**Problem to solve**
Could you return every line of the records below that contains the word "proposed"?

Input data Start Marker

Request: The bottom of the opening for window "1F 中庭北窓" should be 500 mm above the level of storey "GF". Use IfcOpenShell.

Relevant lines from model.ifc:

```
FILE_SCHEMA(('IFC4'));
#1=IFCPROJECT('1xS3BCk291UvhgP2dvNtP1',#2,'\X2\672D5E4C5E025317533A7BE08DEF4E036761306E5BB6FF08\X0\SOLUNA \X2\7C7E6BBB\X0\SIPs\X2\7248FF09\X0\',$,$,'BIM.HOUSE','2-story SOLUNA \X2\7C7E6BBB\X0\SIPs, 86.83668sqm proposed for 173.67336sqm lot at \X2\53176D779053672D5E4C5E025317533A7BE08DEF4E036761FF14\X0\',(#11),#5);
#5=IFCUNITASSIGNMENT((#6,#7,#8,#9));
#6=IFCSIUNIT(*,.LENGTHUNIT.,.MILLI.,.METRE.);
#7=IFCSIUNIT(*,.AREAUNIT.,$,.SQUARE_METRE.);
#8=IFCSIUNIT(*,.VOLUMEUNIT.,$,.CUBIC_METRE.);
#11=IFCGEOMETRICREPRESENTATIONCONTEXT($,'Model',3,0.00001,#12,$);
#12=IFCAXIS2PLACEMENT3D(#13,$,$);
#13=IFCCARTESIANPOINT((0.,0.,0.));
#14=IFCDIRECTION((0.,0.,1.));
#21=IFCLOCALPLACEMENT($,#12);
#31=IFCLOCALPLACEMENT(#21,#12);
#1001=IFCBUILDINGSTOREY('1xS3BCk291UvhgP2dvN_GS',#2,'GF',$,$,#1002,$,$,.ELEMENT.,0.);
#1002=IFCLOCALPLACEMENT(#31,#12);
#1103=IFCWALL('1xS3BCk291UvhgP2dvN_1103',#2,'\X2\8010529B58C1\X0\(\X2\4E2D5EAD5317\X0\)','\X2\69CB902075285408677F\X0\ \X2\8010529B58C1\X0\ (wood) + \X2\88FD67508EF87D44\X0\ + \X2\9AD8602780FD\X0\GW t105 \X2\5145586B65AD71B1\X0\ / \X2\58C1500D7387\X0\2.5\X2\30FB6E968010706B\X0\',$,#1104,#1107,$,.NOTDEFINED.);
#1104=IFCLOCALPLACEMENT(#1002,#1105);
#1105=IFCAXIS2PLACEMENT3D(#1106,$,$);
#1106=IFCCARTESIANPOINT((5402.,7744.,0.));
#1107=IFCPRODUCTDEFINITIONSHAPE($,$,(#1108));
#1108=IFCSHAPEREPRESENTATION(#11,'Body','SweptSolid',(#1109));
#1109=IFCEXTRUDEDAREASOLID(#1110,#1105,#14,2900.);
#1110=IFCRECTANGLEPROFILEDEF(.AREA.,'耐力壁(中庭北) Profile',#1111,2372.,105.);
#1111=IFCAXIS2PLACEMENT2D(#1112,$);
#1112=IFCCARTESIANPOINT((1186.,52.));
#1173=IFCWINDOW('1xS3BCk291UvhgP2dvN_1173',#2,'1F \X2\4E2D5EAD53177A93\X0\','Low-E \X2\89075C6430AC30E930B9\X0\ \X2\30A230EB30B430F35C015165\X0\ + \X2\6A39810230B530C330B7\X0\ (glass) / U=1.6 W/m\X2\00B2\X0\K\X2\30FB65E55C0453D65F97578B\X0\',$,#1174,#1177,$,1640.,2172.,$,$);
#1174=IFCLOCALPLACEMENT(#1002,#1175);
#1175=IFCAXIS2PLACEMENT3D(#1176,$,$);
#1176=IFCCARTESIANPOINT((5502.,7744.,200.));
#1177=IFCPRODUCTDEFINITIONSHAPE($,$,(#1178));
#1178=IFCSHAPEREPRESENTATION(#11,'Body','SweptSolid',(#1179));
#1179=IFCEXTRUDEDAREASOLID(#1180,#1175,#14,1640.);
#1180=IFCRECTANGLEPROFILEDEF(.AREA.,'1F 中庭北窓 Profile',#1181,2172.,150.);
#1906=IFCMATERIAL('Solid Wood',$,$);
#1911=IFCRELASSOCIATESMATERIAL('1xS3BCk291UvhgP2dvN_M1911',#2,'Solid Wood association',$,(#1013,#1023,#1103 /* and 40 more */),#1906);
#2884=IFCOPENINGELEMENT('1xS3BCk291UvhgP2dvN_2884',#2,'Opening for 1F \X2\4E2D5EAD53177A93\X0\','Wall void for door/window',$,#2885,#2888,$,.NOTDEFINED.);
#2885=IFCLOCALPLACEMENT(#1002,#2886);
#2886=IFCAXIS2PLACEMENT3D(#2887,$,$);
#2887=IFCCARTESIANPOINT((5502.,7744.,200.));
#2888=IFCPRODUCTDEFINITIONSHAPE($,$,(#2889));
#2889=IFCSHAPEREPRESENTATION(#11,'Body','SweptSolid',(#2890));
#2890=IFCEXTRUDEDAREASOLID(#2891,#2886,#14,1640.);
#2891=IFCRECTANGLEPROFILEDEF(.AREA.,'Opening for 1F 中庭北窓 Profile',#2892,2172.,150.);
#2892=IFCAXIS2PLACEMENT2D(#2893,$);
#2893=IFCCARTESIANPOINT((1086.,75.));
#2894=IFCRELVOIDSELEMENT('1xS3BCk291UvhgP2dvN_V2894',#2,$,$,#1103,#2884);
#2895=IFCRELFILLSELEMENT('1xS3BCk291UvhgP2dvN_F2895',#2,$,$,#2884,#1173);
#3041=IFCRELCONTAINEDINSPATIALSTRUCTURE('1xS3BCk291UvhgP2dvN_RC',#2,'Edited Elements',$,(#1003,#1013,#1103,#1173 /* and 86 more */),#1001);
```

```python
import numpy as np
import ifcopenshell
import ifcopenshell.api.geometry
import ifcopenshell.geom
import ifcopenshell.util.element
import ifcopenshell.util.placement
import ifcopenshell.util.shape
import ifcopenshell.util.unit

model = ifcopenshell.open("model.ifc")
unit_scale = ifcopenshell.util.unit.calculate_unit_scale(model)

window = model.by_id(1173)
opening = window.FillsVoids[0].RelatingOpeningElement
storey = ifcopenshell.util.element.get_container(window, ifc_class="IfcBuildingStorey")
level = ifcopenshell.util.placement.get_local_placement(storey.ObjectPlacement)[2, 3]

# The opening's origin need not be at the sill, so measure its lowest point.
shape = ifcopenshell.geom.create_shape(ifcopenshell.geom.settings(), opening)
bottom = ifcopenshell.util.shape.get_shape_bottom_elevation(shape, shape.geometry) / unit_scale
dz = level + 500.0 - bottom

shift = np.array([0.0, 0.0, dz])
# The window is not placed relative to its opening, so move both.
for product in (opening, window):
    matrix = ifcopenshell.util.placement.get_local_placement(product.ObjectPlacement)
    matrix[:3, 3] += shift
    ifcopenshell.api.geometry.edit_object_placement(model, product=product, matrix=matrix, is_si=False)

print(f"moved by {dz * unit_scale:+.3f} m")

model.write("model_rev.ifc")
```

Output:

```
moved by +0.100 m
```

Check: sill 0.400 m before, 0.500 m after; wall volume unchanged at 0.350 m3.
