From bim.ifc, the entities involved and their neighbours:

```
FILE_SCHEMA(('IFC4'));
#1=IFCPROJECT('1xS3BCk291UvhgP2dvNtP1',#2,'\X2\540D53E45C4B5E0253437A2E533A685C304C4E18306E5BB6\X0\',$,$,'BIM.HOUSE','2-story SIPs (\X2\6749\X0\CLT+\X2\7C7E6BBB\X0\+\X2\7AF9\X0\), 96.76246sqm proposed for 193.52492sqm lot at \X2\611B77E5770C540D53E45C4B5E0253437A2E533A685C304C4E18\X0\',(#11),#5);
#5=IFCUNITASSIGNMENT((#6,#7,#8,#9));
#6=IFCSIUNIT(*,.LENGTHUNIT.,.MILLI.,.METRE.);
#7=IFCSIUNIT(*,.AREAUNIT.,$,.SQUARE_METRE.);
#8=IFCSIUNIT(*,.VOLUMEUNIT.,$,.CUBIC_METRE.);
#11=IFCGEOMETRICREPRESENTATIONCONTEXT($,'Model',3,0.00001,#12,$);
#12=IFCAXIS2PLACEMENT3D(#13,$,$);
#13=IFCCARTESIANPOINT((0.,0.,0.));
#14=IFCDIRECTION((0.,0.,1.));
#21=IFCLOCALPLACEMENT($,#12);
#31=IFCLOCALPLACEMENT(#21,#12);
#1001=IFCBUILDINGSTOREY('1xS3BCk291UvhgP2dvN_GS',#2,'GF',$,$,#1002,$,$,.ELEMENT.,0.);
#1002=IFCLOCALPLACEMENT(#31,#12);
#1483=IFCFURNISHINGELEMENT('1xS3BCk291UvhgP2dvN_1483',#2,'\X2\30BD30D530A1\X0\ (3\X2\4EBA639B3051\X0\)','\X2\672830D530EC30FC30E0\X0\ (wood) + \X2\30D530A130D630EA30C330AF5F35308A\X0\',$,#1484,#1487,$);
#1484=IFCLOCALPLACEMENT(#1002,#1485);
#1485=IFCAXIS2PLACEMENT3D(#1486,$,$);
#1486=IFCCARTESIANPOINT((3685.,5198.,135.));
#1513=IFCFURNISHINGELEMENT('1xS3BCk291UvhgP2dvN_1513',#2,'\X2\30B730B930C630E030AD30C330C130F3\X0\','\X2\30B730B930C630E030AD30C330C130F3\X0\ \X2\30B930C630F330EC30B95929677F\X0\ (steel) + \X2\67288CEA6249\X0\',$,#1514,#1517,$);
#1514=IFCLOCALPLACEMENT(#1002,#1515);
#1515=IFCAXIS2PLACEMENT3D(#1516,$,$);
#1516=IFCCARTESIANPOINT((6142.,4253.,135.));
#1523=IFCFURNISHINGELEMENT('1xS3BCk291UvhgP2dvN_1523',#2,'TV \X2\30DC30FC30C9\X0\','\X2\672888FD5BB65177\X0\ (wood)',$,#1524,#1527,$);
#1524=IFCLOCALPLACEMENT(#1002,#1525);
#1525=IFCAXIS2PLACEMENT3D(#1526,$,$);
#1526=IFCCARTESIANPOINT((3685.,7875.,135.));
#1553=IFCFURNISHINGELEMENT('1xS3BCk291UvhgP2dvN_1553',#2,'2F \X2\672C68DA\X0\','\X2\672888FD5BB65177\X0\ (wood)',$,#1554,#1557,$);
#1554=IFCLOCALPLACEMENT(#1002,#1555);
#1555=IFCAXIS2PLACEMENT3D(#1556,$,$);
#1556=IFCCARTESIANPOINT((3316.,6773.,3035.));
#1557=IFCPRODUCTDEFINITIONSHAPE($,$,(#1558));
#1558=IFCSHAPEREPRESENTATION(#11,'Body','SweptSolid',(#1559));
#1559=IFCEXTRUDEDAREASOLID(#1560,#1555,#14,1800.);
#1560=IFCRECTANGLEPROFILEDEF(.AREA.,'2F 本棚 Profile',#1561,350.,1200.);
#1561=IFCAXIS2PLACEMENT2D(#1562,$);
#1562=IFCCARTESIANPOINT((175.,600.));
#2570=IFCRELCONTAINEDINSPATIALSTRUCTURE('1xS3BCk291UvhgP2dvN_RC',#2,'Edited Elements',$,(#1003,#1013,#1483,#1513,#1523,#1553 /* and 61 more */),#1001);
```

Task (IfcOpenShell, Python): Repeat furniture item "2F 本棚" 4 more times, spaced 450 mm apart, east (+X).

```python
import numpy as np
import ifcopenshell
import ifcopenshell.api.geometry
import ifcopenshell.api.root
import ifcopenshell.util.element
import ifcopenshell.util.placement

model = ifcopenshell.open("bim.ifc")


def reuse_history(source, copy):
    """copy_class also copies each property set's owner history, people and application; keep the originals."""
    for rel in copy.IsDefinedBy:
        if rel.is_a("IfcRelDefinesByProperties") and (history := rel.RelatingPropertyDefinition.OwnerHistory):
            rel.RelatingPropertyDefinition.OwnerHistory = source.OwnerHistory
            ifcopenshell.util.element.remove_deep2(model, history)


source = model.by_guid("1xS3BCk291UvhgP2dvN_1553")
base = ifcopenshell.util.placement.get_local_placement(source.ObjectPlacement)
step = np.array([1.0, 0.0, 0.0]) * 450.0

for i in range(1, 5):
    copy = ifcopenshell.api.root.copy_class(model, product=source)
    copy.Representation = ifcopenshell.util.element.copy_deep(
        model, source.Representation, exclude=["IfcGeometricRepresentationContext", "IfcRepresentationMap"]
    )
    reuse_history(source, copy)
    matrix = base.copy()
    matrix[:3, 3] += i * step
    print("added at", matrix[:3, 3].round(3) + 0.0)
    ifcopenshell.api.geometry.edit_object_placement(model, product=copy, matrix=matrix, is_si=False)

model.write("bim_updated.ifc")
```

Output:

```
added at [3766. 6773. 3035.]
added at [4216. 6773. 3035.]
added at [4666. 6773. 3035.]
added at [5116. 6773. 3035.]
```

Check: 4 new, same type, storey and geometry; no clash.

Input data End Marker

**Reply**
#1=IFCPROJECT('1xS3BCk291UvhgP2dvNtP1',#2,'\X2\672D5E4C5E025317533A7BE08DEF4E036761306E5BB6FF08\X0\SOLUNA \X2\7C7E6BBB\X0\SIPs\X2\7248FF09\X0\',$,$,'BIM.HOUSE','2-story SOLUNA \X2\7C7E6BBB\X0\SIPs, 86.83668sqm proposed for 173.67336sqm lot at \X2\53176D779053672D5E4C5E025317533A7BE08DEF4E036761FF14\X0\',(#11),#5);
#1=IFCPROJECT('1xS3BCk291UvhgP2dvNtP1',#2,'\X2\540D53E45C4B5E0253437A2E533A685C304C4E18306E5BB6\X0\',$,$,'BIM.HOUSE','2-story SIPs (\X2\6749\X0\CLT+\X2\7C7E6BBB\X0\+\X2\7AF9\X0\), 96.76246sqm proposed for 193.52492sqm lot at \X2\611B77E5770C540D53E45C4B5E0253437A2E533A685C304C4E18\X0\',(#11),#5);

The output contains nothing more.